- GIVEN RECORDS:
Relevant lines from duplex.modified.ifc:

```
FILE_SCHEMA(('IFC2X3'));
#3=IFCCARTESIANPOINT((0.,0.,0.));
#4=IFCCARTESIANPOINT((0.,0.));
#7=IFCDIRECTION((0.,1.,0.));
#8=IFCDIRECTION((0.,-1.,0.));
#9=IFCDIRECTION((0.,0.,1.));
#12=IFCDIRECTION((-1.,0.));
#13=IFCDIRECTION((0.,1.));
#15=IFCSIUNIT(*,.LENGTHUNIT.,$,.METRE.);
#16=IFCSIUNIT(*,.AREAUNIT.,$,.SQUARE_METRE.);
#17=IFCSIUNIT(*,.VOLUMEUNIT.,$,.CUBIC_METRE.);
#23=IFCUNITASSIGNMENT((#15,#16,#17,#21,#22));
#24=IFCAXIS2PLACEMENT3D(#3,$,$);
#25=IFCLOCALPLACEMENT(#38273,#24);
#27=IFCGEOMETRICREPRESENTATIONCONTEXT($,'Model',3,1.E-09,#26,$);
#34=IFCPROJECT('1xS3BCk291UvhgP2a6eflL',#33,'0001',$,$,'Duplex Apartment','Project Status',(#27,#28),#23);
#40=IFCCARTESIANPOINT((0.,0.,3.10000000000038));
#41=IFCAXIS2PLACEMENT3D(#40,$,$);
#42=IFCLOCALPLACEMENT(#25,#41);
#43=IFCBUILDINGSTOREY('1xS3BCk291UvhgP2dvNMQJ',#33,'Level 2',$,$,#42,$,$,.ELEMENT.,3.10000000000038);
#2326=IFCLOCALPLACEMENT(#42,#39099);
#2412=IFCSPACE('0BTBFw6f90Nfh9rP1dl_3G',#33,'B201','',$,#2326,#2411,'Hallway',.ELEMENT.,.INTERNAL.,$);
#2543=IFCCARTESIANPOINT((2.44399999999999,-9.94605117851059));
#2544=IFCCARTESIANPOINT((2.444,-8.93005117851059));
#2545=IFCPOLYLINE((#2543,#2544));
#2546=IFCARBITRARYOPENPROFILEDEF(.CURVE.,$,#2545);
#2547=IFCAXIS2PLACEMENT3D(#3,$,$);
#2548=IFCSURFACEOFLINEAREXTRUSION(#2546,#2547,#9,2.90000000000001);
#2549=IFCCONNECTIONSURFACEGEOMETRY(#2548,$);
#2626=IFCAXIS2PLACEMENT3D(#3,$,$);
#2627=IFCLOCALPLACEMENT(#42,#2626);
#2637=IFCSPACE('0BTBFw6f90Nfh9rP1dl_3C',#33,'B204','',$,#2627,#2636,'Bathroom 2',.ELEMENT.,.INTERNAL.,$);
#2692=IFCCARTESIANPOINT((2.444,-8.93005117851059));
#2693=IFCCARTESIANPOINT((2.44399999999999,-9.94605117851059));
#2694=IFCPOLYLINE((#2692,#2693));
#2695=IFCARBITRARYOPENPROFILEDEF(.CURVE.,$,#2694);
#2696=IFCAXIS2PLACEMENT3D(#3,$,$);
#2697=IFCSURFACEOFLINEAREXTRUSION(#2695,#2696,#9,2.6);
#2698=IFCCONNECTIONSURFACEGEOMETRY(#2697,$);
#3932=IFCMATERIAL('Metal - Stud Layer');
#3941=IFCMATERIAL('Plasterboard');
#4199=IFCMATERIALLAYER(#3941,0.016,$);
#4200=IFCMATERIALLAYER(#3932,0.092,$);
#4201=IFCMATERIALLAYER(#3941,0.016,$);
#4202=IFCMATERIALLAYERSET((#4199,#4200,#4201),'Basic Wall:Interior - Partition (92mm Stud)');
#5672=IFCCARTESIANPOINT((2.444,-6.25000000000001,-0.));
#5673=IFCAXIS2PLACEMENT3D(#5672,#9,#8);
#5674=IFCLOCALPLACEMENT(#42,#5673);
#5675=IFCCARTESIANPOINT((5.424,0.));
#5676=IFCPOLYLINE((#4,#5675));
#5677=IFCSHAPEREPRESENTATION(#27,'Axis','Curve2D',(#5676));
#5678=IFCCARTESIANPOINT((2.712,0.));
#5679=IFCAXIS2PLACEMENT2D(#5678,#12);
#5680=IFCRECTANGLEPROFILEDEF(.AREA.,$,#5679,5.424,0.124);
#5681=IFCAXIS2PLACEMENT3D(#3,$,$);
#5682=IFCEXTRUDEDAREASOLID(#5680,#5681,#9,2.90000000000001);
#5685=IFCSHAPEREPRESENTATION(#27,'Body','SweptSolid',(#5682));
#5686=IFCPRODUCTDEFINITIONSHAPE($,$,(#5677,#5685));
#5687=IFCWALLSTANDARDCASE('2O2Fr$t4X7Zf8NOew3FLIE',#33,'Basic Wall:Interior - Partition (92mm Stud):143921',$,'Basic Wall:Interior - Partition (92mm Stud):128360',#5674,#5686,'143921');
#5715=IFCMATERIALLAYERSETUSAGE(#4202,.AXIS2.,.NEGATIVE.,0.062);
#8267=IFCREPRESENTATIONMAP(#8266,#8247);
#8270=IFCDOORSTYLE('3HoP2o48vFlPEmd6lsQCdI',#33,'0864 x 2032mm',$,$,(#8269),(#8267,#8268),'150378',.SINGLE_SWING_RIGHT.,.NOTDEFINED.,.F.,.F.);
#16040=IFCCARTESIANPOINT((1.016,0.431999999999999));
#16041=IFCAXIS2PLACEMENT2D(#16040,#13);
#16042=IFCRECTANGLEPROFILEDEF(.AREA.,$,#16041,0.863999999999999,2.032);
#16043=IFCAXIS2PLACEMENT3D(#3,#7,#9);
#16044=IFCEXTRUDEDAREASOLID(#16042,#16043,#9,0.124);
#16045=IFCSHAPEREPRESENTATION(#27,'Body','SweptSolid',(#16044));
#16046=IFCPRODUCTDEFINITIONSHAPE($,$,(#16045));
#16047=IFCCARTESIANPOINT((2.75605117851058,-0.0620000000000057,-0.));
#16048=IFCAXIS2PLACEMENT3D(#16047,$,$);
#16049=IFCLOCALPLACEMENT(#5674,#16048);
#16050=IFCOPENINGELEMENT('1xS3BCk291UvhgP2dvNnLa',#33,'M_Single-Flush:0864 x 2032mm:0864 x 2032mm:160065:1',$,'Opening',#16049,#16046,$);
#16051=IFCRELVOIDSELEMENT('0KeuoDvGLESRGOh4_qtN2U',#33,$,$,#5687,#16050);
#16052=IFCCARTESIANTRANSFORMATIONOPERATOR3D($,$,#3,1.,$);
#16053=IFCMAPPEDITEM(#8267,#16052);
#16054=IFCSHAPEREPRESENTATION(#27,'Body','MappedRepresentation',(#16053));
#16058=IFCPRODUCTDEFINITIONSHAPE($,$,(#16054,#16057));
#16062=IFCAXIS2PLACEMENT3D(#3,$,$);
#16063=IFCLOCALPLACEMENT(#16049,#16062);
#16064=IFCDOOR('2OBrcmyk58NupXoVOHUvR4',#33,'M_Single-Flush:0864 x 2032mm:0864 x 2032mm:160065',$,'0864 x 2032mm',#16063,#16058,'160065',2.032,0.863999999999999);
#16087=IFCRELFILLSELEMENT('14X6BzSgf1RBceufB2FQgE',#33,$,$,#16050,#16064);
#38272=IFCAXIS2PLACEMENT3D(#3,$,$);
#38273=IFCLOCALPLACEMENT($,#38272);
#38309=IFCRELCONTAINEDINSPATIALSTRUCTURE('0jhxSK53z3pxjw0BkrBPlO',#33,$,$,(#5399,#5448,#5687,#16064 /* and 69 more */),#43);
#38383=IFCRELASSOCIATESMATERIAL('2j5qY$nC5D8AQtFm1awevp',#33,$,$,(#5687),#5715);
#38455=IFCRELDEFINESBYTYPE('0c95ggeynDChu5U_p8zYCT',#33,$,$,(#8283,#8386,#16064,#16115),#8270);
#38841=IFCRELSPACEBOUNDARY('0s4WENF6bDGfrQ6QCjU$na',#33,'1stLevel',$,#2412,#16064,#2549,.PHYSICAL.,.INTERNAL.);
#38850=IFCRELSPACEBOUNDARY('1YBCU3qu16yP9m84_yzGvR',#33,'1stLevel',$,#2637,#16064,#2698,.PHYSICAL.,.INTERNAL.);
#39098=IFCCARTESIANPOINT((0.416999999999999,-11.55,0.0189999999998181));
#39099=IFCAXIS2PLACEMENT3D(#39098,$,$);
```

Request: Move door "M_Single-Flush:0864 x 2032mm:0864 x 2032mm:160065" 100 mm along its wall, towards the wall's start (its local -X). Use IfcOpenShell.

```python
import numpy as np
import ifcopenshell
import ifcopenshell.api.geometry
import ifcopenshell.util.placement

model = ifcopenshell.open("duplex.modified.ifc")

door = model.by_id(16064)
opening = door.FillsVoids[0].RelatingOpeningElement
wall = opening.VoidsElements[0].RelatingBuildingElement

wall_matrix = ifcopenshell.util.placement.get_local_placement(wall.ObjectPlacement)
shift = wall_matrix[:3, 0] * -0.1
before = ifcopenshell.util.placement.get_local_placement(door.ObjectPlacement)[:3, 3].copy()

# The door is placed relative to its opening, so it follows when the opening moves.
matrix = ifcopenshell.util.placement.get_local_placement(opening.ObjectPlacement)
matrix[:3, 3] += shift
ifcopenshell.api.geometry.edit_object_placement(
    model, product=opening, matrix=matrix, is_si=False, should_transform_children=True
)

# Space boundary surfaces are stored in each space's coordinates; move them too.
for rel in door.ProvidesBoundaries:
    if not rel.ConnectionGeometry:
        continue
    surface = rel.ConnectionGeometry.SurfaceOnRelatingElement
    space_matrix = ifcopenshell.util.placement.get_local_placement(rel.RelatingSpace.ObjectPlacement)
    point = np.array(surface.Position.Location.Coordinates) + space_matrix[:3, :3].T @ shift
    surface.Position = model.createIfcAxis2Placement3D(
        model.createIfcCartesianPoint(point.tolist()), surface.Position.Axis, surface.Position.RefDirection
    )

after = ifcopenshell.util.placement.get_local_placement(door.ObjectPlacement)[:3, 3]
print("door moved by", (after - before).round(3) + 0.0)

model.write("duplex.modified-out.ifc")
```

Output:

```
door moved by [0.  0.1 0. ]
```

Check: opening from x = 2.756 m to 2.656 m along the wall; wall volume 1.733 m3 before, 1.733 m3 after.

- TASK PROMPT:
In the listing above, find the lines holding the word "SweptSolid" and copy them.

- RESULT OF THIS TASK:
#5685=IFCSHAPEREPRESENTATION(#27,'Body','SweptSolid',(#5682));
#16045=IFCSHAPEREPRESENTATION(#27,'Body','SweptSolid',(#16044));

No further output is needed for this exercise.